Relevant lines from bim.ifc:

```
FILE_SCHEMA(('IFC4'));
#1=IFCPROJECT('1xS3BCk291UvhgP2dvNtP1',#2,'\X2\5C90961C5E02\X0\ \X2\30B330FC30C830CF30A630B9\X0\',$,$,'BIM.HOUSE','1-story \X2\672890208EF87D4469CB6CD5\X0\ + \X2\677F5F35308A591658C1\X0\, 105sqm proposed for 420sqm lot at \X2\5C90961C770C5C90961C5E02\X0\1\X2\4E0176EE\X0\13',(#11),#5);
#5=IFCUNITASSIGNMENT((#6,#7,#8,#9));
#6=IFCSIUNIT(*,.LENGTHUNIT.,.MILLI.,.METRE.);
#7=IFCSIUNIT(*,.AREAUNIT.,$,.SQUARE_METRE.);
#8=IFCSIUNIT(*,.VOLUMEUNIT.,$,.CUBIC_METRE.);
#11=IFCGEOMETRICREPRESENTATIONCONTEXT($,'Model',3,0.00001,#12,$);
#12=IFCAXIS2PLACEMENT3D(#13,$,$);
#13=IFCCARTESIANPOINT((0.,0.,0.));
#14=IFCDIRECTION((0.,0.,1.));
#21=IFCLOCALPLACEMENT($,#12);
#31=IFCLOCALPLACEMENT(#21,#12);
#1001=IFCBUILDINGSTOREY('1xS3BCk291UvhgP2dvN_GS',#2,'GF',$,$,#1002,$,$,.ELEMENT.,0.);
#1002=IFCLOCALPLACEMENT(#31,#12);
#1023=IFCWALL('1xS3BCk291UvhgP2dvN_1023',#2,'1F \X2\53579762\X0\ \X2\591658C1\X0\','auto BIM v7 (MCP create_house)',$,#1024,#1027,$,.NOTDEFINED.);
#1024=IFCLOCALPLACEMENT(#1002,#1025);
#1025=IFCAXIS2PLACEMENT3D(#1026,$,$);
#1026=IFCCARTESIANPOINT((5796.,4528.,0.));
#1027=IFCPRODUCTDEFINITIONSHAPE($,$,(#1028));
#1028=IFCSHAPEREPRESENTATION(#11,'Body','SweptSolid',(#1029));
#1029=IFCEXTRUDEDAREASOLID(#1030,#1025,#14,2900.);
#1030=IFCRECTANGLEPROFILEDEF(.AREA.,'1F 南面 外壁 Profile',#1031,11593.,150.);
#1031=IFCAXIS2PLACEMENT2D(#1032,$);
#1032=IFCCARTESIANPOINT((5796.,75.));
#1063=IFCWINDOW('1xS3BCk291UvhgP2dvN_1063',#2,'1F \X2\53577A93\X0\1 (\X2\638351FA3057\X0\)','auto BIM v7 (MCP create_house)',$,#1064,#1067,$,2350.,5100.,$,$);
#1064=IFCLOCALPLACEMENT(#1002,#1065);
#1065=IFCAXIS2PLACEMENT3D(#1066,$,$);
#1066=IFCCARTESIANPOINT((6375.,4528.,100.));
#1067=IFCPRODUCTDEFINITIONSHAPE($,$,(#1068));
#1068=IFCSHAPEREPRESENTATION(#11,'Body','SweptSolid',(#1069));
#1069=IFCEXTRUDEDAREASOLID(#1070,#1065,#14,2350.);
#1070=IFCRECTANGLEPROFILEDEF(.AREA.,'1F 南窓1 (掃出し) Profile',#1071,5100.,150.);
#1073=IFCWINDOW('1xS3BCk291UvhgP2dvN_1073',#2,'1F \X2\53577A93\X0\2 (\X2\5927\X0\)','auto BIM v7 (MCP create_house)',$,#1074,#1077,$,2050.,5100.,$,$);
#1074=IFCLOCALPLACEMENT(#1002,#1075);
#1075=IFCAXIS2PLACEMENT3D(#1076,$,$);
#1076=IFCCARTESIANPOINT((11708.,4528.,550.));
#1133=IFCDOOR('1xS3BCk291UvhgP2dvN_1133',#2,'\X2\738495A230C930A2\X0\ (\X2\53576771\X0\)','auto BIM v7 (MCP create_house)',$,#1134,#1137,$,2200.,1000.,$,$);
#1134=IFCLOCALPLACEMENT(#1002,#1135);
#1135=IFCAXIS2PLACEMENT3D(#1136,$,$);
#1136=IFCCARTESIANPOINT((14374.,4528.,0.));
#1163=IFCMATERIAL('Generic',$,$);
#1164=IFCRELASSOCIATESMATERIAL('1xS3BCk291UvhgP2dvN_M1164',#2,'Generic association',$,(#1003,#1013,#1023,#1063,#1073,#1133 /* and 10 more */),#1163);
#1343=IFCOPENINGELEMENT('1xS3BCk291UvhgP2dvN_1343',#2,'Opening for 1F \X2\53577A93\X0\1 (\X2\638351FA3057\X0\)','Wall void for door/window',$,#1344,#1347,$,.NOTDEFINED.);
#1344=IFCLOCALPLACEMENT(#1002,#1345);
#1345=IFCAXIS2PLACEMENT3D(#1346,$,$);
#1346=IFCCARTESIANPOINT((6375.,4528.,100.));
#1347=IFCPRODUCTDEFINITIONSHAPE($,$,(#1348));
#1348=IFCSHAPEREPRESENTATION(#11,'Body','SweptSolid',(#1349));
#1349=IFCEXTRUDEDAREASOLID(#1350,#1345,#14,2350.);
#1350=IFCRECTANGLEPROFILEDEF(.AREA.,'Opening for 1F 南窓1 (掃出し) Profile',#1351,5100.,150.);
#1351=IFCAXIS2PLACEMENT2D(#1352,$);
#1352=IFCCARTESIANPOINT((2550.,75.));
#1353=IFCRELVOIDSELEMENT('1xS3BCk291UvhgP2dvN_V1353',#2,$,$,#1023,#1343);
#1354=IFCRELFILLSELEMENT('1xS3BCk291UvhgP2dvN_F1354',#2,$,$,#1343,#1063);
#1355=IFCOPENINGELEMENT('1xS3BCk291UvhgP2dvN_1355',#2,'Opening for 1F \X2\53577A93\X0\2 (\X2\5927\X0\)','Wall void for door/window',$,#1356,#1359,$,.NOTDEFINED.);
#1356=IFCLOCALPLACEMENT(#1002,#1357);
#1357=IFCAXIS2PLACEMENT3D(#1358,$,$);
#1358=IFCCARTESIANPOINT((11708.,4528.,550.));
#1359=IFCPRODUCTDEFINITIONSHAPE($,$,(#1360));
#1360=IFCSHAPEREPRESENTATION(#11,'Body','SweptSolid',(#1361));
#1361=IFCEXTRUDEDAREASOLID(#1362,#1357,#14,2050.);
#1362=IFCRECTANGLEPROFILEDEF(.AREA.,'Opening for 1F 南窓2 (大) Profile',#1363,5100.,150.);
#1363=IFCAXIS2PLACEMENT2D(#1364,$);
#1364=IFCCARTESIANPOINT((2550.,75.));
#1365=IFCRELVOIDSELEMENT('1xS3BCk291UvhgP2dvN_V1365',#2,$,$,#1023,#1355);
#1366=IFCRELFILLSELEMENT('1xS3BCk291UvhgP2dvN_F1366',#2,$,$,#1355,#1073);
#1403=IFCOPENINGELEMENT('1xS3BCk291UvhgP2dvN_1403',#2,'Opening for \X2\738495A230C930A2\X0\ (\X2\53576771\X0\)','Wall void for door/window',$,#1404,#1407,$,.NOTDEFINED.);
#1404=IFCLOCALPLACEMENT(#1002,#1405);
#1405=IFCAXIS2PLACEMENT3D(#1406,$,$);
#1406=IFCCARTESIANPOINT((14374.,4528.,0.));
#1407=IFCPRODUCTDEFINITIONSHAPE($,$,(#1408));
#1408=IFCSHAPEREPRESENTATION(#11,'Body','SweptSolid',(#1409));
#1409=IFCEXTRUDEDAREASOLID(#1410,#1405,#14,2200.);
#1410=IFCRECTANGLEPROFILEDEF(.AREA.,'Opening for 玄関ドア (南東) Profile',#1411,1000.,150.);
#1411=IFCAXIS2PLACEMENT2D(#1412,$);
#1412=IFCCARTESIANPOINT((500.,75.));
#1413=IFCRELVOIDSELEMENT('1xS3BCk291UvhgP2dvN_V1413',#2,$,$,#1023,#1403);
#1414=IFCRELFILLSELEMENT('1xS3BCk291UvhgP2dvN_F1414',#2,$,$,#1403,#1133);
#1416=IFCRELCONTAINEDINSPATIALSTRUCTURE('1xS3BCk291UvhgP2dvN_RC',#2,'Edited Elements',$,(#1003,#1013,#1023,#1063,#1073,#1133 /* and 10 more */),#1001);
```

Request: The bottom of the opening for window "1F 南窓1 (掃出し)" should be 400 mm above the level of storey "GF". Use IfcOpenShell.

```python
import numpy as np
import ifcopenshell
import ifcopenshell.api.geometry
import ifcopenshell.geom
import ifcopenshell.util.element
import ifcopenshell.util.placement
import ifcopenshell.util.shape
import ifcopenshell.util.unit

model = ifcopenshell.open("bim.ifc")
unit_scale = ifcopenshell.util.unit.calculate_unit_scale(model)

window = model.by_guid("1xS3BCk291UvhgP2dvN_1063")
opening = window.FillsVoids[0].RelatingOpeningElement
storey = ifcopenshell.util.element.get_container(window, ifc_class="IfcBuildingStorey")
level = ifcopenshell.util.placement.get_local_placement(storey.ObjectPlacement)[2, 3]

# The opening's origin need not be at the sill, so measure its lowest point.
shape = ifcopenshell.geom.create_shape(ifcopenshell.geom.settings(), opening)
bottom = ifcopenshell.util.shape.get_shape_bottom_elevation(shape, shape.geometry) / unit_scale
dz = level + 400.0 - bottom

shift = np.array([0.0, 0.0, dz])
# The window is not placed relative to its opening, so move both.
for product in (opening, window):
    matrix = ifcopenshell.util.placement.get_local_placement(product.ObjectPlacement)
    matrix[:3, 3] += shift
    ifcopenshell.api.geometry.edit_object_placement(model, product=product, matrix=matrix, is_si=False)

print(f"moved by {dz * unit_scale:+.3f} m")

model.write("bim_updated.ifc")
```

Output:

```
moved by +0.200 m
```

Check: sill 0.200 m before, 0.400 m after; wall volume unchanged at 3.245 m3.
····················
▶ _Your instructions_: Filter the entries down to the lines containing "IFCLOCALPLACEMENT". Copy each of those lines.

▶ _Task result_:
#21=IFCLOCALPLACEMENT($,#12);
#31=IFCLOCALPLACEMENT(#21,#12);
#1002=IFCLOCALPLACEMENT(#31,#12);
#1024=IFCLOCALPLACEMENT(#1002,#1025);
#1064=IFCLOCALPLACEMENT(#1002,#1065);
#1074=IFCLOCALPLACEMENT(#1002,#1075);
#1134=IFCLOCALPLACEMENT(#1002,#1135);
#1344=IFCLOCALPLACEMENT(#1002,#1345);
#1356=IFCLOCALPLACEMENT(#1002,#1357);
#1404=IFCLOCALPLACEMENT(#1002,#1405);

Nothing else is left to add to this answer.